Is Feedly's DDoS attack as extortion common online?
June 12, 2014 9:53 AM   Subscribe

For the last two days feedly has been down for significant chunks of time because of DDoS attacks (article). They say hackers are trying to extort them for money. Is this common online?

I've heard examples of it in the past, but cannot find any data about its frequency. Also, how often do companies pay the shakedown to keep their service up? Is it even a logical attack by hackers, financially?
posted by lownote to Computers & Internet (7 answers total) 5 users marked this as a favorite
 
Best answer: In some ways, it's like lawsuit shakedowns (be it a slip-and-fall con artist, patent troll, etc): what are the costs to settle vs costs to fight.

Here, the costs to fight include bandwidth use, host hardware (larger VM, etc), re-direct and filtering of packets, loss of revenue due to downtime (ad or sales related).

And yes, this was much more common against gambling sites when on-line betting hand't yet been ban-hammered by US law. (Though googling "online gamble ddos" shows that it is still going on.)
posted by k5.user at 9:57 AM on June 12, 2014


The company I work for has had a ton of DDOS attacks lately, aimed at Typepad, which most of its sites are built on. Our IT department told us it's similar to what happened to these companies (SLNYT).
posted by vickyverky at 9:58 AM on June 12, 2014


It's happened a couple of times to Basecamp, that I'm aware of.
posted by Happy Dave at 10:08 AM on June 12, 2014


Are you familiar with DigitalAttackMap.com? There are links to research in the FAQ and Understanding DDOS that address extortion and "ransomware."
posted by slipthought at 10:47 AM on June 12, 2014


It happened to Meetup.com not long ago.
posted by interplanetjanet at 11:28 AM on June 12, 2014 [1 favorite]


I don't have statistics for you, but here's some example reports: Meetup, EasyDNS, WikiLeaks, Eve Online, Basecamp. The 2010 book Fatal System Error goes in some depth about the DDOS hacking world, both the extortion artists and the folks who try to protect themselves.

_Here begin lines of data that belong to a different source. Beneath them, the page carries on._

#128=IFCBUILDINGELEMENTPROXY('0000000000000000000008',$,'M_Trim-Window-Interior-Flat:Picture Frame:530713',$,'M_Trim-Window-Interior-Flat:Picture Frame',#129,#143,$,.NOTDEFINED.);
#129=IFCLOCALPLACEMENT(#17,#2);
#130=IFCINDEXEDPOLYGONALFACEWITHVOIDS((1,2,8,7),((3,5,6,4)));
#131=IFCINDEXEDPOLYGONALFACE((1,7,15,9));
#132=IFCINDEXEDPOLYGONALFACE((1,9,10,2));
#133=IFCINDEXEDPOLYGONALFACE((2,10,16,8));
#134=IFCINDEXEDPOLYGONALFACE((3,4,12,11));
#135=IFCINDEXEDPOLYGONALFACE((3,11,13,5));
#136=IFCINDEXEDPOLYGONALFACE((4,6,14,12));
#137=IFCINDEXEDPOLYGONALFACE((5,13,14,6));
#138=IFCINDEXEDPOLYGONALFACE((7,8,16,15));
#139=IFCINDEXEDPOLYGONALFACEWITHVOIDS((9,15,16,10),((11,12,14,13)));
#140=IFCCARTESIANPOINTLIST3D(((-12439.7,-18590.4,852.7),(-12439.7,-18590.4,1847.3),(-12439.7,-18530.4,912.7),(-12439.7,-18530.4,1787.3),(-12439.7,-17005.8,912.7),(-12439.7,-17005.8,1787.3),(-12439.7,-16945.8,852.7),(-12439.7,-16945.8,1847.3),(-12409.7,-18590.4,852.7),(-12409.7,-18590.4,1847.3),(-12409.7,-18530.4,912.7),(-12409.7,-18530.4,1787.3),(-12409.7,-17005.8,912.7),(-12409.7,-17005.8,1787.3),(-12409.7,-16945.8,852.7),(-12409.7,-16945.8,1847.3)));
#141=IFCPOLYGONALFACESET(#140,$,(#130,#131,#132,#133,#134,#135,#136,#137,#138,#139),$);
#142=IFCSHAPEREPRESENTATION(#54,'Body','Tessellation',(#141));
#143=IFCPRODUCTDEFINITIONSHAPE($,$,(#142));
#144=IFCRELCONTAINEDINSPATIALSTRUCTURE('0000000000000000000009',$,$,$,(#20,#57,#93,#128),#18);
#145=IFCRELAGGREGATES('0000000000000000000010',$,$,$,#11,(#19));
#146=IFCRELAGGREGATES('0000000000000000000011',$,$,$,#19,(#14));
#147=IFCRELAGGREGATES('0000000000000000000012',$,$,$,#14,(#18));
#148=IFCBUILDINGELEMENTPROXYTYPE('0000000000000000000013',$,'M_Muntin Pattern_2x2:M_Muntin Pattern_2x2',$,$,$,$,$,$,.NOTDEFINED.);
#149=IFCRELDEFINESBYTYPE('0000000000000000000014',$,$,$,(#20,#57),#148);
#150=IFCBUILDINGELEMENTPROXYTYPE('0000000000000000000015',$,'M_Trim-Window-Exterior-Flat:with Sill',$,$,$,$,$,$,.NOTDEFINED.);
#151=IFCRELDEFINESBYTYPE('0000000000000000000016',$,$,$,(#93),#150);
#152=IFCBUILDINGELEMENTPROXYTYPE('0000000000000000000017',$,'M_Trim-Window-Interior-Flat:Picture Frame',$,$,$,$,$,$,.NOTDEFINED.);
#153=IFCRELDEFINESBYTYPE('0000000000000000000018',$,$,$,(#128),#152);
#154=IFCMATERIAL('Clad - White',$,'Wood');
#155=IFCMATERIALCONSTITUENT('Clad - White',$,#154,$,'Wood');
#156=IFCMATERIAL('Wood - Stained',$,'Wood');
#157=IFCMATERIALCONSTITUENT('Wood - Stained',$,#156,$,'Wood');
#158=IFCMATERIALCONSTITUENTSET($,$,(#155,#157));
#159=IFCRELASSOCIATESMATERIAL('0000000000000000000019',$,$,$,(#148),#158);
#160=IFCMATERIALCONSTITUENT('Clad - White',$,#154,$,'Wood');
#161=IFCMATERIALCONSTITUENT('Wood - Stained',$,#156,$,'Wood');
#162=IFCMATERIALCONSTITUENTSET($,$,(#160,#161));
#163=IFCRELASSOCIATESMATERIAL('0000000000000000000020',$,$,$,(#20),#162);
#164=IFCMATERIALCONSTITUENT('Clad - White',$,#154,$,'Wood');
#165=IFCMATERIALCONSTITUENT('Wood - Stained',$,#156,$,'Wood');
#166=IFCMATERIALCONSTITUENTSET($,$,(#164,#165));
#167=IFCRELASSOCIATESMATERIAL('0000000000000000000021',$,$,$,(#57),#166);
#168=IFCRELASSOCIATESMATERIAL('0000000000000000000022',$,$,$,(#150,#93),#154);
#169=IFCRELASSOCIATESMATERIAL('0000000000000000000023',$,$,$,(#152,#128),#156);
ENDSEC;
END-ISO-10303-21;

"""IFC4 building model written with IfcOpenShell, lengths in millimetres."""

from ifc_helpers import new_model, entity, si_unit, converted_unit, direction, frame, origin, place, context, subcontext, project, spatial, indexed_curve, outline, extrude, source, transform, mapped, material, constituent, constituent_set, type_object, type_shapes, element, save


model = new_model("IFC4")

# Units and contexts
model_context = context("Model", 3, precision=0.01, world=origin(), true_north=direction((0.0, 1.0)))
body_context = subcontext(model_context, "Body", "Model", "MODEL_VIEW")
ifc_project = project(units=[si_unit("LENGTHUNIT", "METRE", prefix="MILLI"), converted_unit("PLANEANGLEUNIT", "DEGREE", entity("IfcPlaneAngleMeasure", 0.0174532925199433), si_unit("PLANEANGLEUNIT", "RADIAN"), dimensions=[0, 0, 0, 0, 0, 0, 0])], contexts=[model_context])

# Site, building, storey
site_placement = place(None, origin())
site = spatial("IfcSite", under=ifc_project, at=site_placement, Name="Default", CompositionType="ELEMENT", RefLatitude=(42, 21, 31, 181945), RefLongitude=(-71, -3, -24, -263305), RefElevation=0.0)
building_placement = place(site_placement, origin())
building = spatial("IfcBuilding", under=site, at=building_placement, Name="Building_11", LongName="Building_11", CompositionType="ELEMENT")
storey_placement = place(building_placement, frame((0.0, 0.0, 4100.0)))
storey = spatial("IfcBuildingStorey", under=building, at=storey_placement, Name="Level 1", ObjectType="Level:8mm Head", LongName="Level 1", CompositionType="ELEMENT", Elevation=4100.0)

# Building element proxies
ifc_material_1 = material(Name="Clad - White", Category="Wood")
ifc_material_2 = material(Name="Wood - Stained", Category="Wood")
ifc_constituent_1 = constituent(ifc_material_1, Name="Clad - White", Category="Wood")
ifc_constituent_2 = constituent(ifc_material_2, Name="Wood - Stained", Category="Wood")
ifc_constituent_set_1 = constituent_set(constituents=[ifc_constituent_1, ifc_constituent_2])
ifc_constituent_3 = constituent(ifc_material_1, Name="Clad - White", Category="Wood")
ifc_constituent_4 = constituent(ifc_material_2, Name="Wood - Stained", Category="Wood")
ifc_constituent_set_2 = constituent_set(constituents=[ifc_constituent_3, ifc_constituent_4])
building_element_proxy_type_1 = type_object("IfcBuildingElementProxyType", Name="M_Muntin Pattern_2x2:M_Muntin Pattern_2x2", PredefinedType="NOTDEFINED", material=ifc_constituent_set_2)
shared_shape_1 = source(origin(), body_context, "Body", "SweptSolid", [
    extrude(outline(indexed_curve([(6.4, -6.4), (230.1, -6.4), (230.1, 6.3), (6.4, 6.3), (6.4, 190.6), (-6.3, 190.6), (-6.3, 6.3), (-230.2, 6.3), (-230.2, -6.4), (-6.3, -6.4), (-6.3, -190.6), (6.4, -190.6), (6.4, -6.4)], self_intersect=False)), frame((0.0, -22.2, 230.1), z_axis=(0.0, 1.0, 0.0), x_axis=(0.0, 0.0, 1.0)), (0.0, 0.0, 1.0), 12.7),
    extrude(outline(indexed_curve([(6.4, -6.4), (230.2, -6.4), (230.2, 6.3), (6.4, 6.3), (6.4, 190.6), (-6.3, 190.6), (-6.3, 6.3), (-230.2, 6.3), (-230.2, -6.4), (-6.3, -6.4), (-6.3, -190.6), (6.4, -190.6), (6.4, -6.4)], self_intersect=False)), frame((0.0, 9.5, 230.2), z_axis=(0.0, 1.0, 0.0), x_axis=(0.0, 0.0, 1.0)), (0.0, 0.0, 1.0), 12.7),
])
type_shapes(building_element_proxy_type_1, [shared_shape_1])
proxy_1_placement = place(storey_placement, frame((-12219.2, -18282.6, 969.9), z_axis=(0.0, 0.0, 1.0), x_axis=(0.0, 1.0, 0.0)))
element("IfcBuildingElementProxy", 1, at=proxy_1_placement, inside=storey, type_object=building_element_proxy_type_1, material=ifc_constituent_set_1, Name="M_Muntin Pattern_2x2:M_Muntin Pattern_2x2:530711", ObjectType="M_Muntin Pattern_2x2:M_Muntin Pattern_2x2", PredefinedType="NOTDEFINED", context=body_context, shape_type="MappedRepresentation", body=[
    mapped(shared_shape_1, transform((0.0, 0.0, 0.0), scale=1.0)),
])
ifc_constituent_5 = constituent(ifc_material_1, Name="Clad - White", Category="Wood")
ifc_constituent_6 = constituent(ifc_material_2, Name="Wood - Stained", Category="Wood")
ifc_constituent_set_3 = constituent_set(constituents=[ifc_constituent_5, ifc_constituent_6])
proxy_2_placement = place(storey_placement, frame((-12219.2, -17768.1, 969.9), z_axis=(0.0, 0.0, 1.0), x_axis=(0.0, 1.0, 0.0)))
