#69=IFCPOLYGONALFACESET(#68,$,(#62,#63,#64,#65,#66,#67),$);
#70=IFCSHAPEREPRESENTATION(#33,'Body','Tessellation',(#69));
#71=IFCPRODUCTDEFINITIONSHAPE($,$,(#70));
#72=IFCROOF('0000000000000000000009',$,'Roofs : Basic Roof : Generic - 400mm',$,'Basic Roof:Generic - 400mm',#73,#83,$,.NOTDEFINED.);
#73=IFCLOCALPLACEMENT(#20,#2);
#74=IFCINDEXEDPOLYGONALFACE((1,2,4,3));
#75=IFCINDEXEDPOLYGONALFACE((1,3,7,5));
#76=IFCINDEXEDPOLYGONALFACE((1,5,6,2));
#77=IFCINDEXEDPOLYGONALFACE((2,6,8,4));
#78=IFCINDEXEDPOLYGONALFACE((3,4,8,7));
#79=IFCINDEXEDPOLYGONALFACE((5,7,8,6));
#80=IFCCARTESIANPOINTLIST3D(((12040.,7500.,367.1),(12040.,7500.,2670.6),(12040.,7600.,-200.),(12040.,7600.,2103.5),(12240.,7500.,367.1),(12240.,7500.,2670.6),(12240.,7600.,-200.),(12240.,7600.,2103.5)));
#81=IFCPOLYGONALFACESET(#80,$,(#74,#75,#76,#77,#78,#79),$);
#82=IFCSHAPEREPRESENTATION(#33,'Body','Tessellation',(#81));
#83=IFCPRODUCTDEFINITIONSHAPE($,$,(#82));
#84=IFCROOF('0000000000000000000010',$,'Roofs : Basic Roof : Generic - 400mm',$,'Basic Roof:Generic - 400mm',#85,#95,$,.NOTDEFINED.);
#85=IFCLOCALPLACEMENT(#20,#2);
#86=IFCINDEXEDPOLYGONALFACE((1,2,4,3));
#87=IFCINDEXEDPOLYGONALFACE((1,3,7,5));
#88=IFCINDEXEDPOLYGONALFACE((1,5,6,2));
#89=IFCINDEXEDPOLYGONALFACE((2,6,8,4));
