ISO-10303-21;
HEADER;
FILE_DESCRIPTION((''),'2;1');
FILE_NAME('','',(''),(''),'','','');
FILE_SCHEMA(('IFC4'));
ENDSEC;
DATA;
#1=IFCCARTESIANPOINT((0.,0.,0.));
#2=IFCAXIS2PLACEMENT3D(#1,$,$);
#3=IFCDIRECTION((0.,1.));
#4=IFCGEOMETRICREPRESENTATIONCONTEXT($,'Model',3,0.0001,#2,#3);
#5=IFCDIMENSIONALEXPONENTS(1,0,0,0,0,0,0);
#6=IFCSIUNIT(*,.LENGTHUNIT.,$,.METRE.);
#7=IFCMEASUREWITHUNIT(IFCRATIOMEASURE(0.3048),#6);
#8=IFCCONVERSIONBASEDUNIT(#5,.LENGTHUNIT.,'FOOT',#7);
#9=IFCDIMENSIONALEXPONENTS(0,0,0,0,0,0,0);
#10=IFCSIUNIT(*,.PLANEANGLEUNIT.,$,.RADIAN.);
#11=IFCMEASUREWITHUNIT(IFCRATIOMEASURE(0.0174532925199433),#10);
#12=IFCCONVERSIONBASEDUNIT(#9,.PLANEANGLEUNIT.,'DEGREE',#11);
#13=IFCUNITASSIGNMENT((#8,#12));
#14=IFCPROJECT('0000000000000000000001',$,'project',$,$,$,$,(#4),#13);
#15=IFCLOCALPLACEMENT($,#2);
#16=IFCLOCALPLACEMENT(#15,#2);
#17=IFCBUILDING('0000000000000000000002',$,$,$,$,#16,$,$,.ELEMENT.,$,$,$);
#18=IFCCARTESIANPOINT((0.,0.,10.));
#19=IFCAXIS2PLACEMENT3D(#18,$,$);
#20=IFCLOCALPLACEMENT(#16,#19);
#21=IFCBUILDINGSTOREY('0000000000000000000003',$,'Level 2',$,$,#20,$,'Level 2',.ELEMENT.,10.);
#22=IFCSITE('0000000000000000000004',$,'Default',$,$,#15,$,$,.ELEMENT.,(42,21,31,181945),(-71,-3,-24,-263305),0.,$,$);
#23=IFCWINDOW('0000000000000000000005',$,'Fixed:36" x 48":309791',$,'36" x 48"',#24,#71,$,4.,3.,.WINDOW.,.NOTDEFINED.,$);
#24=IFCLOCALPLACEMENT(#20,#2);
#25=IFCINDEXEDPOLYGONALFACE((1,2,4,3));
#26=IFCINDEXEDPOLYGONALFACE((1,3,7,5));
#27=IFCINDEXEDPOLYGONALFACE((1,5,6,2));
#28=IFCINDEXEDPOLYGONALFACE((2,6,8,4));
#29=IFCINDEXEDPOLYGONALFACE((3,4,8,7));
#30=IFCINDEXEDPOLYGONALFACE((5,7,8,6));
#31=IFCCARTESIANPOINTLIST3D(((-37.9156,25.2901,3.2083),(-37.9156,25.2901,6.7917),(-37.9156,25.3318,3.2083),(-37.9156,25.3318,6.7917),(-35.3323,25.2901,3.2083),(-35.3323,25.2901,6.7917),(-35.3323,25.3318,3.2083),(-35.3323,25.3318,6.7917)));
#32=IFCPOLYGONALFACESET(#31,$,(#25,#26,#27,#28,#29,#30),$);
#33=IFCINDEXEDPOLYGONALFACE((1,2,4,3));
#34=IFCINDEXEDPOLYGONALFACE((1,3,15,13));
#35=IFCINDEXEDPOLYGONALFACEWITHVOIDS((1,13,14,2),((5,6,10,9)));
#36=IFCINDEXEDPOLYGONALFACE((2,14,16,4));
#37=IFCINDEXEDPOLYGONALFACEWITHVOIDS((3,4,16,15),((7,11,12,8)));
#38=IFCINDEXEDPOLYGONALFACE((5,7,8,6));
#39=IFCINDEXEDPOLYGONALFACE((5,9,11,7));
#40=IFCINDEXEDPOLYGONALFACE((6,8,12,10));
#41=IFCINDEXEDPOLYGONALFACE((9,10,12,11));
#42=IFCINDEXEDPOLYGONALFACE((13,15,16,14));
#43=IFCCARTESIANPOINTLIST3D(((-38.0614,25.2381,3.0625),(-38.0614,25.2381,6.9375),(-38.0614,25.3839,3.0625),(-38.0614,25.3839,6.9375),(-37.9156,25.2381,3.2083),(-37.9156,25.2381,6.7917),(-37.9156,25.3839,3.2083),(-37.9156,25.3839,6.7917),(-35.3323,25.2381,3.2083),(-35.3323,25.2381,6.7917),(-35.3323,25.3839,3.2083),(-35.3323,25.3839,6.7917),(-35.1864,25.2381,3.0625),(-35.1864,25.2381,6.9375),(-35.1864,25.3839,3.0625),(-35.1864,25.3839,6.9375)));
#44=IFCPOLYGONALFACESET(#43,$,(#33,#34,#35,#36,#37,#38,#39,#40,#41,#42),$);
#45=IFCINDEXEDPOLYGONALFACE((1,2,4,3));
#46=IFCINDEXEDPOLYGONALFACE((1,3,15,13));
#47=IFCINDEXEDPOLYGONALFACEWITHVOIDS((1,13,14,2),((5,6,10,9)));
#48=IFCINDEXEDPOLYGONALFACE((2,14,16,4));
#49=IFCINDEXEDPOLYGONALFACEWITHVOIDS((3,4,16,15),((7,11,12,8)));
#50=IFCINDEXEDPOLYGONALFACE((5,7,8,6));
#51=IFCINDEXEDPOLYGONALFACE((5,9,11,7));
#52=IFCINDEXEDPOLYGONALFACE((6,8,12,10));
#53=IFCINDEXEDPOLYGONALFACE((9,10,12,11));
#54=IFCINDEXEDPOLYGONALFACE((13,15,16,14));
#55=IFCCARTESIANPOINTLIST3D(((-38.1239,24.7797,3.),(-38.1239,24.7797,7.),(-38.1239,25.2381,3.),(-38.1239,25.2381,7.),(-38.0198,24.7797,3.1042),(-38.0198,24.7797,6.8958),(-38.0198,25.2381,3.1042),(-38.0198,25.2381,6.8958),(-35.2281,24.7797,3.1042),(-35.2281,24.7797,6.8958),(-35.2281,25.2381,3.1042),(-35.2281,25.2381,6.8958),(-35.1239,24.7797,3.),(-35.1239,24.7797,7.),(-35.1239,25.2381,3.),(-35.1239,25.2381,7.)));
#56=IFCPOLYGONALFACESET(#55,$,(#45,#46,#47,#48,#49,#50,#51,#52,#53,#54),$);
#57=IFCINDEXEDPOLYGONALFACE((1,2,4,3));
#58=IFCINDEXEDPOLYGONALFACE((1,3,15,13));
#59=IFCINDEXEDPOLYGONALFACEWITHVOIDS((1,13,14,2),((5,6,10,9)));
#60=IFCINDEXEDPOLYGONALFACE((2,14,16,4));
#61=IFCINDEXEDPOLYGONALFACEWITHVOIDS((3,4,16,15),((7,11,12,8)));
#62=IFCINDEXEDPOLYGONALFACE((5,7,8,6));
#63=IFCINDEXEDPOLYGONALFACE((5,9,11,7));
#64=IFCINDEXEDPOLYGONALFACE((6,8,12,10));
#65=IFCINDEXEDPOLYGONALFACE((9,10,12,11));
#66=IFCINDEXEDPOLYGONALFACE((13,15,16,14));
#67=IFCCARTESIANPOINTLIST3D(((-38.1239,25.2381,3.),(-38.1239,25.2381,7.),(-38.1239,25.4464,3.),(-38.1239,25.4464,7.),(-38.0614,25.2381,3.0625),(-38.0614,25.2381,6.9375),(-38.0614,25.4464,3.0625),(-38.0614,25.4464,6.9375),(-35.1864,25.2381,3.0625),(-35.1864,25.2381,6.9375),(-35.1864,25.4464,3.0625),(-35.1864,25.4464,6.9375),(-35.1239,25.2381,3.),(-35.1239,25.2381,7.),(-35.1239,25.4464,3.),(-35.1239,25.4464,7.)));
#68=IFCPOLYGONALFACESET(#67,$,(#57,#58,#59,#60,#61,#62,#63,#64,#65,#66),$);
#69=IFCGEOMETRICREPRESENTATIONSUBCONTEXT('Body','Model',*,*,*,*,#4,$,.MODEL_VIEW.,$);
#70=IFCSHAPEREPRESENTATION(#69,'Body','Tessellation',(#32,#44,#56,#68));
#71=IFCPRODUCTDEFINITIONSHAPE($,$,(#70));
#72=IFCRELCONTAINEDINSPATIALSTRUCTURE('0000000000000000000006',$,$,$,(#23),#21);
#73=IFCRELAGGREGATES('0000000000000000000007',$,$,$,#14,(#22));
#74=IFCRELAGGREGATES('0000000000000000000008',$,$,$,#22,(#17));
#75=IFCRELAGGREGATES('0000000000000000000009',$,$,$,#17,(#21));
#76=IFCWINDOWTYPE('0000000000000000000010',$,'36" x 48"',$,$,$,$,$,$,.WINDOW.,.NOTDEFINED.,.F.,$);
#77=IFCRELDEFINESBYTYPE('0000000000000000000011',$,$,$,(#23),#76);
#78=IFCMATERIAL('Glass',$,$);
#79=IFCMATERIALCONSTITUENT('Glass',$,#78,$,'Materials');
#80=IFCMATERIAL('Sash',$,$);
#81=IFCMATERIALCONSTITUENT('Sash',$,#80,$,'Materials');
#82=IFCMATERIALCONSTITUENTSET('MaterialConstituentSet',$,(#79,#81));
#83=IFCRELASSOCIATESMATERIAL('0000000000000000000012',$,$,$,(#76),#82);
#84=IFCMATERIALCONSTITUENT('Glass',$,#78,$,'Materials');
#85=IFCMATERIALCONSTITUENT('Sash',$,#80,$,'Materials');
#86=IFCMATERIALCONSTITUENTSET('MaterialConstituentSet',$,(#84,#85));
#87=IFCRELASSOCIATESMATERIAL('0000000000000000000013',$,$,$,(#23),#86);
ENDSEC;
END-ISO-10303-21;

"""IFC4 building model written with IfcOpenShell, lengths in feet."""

from ifc_helpers import new_model, entity, si_unit, converted_unit, direction, frame, frame_2d, origin, place, context, subcontext, project, spatial, polyline, rectangle, outline, extrude, source, transform, mapped, material, constituent, constituent_set, type_object, type_shapes, element, save


model = new_model("IFC4")

# Units and contexts
model_context = context("Model", 3, precision=0.0001, world=origin(), true_north=direction((0.0, 1.0)))
body_context = subcontext(model_context, "Body", "Model", "MODEL_VIEW")
ifc_project = project(units=[converted_unit("LENGTHUNIT", "FOOT", entity("IfcRatioMeasure", 0.3048), si_unit("LENGTHUNIT", "METRE"), dimensions=[1, 0, 0, 0, 0, 0, 0]), converted_unit("PLANEANGLEUNIT", "DEGREE", entity("IfcRatioMeasure", 0.0174532925199433), si_unit("PLANEANGLEUNIT", "RADIAN"), dimensions=[0, 0, 0, 0, 0, 0, 0])], contexts=[model_context])

# Site, building, storey
site_placement = place(None, origin())
site = spatial("IfcSite", under=ifc_project, at=site_placement, Name="Default", CompositionType="ELEMENT", RefLatitude=(42, 21, 31, 181945), RefLongitude=(-71, -3, -24, -263305), RefElevation=0.0)
building_placement = place(site_placement, origin())
building = spatial("IfcBuilding", under=site, at=building_placement, CompositionType="ELEMENT")
storey_placement = place(building_placement, frame((0.0, 0.0, 10.0)))
storey = spatial("IfcBuildingStorey", under=building, at=storey_placement, Name="Level 2", LongName="Level 2", CompositionType="ELEMENT", Elevation=10.0)

# Shared definitions
placement_1 = place(storey_placement, frame((-51.2906, 25.1131, 0.0)))

# Window
ifc_material_1 = material(Name="Glass")
ifc_constituent_1 = constituent(ifc_material_1, Name="Glass", Category="Materials")
ifc_material_2 = material(Name="Sash")
ifc_constituent_2 = constituent(ifc_material_2, Name="Sash", Category="Materials")
ifc_constituent_set_1 = constituent_set(constituents=[ifc_constituent_1, ifc_constituent_2], Name="MaterialConstituentSet")
ifc_constituent_3 = constituent(ifc_material_1, Name="Glass", Category="Materials")
ifc_constituent_4 = constituent(ifc_material_2, Name="Sash", Category="Materials")
ifc_constituent_set_2 = constituent_set(constituents=[ifc_constituent_3, ifc_constituent_4], Name="MaterialConstituentSet")
window_type = type_object("IfcWindowType", Name="36\" x 48\"", ParameterTakesPrecedence=False, PartitioningType="NOTDEFINED", PredefinedType="WINDOW", material=ifc_constituent_set_2)
shared_shape = source(origin(), body_context, "Body", "SweptSolid", [
    extrude(rectangle(XDim=0.0417, YDim=2.5833, at=frame_2d((0.0, 0.0), x_axis=(1.0, 0.0))), frame((1.5, 0.5312, 0.2083), z_axis=(0.0, 0.0, 1.0), x_axis=(0.0, 1.0, 0.0)), (0.0, 0.0, 1.0), 3.5833),
    extrude(outline(polyline([(-1.4375, -1.9375), (1.4375, -1.9375), (1.4375, 1.9375), (-1.4375, 1.9375), (-1.4375, -1.9375)]), holes=[polyline([(-1.2917, -1.7917), (-1.2917, 1.7917), (1.2917, 1.7917), (1.2917, -1.7917), (-1.2917, -1.7917)])]), frame((1.5, 0.4583, 2.0), z_axis=(0.0, 1.0, 0.0), x_axis=(1.0, 0.0, 0.0)), (0.0, 0.0, 1.0), 0.1458),
    extrude(outline(polyline([(-1.5, -2.0), (1.5, -2.0), (1.5, 2.0), (-1.5, 2.0), (-1.5, -2.0)]), holes=[polyline([(-1.3958, -1.8958), (-1.3958, 1.8958), (1.3958, 1.8958), (1.3958, -1.8958), (-1.3958, -1.8958)])]), frame((1.5, 0.0, 2.0), z_axis=(0.0, 1.0, 0.0), x_axis=(1.0, 0.0, 0.0)), (0.0, 0.0, 1.0), 0.4583),
    extrude(outline(polyline([(-2.0, -1.5), (2.0, -1.5), (2.0, 1.5), (-2.0, 1.5), (-2.0, -1.5)]), holes=[polyline([(-1.9375, -1.4375), (-1.9375, 1.4375), (1.9375, 1.4375), (1.9375, -1.4375), (-1.9375, -1.4375)])]), frame((1.5, 0.4583, 2.0), z_axis=(0.0, 1.0, 0.0), x_axis=(0.0, 0.0, -1.0)), (0.0, 0.0, 1.0), 0.2083),
])
type_shapes(window_type, [shared_shape])
placement_2 = place(placement_1, frame((13.1667, -0.3333, 3.0)))
window_placement = place(placement_2, origin())
element("IfcWindow", 1, at=window_placement, inside=storey, type_object=window_type, material=ifc_constituent_set_1, Name="Fixed:36\" x 48\":309791", ObjectType="36\" x 48\"", OverallHeight=4.0, OverallWidth=3.0, PartitioningType="NOTDEFINED", PredefinedType="WINDOW", context=body_context, shape_type="MappedRepresentation", body=[
    mapped(shared_shape, transform((0.0, 0.0, 0.0), scale=1.0)),
])

save(model, "model.ifc")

Feedly, Meetup, and Basecamp are all unusual in having gone public. My impression is there's a whole lot of unreported $5000 shakedowns that happen and that most sites pay up rather than risk escalation with a public battle. I'd love to see hard data on that. Perhaps CloudFlare has data in their marketing materials?
posted by Nelson at 2:31 PM on June 12, 2014 [1 favorite]


Best answer: Is it even a logical attack by hackers, financially?

DDoS attacks can be quite efficient. The NTP reflection technique results in a 58-fold amplification of data packets, whereas the "older" DDoS technique of DNS amplification created a roughly 8-fold increase in data. This means that for every 1 kilobyte of data sent out by your "team", you can direct 58 kilobytes of data at your target. Multiply this by hundreds of requests per second from thousands of computers, and you can get up to the 400 GB/s DDoS attacks CloudFare has previously had to fend off pretty easily.

Botnets that can help you with this sort of attack are relatively inexpensive on the black market, and they're basically free if you're the sort of shady enterprise that builds your own net of infected computers. So, to shake someone down? I would say the answer from a financial standpoint is definitively yes. Until you get caught.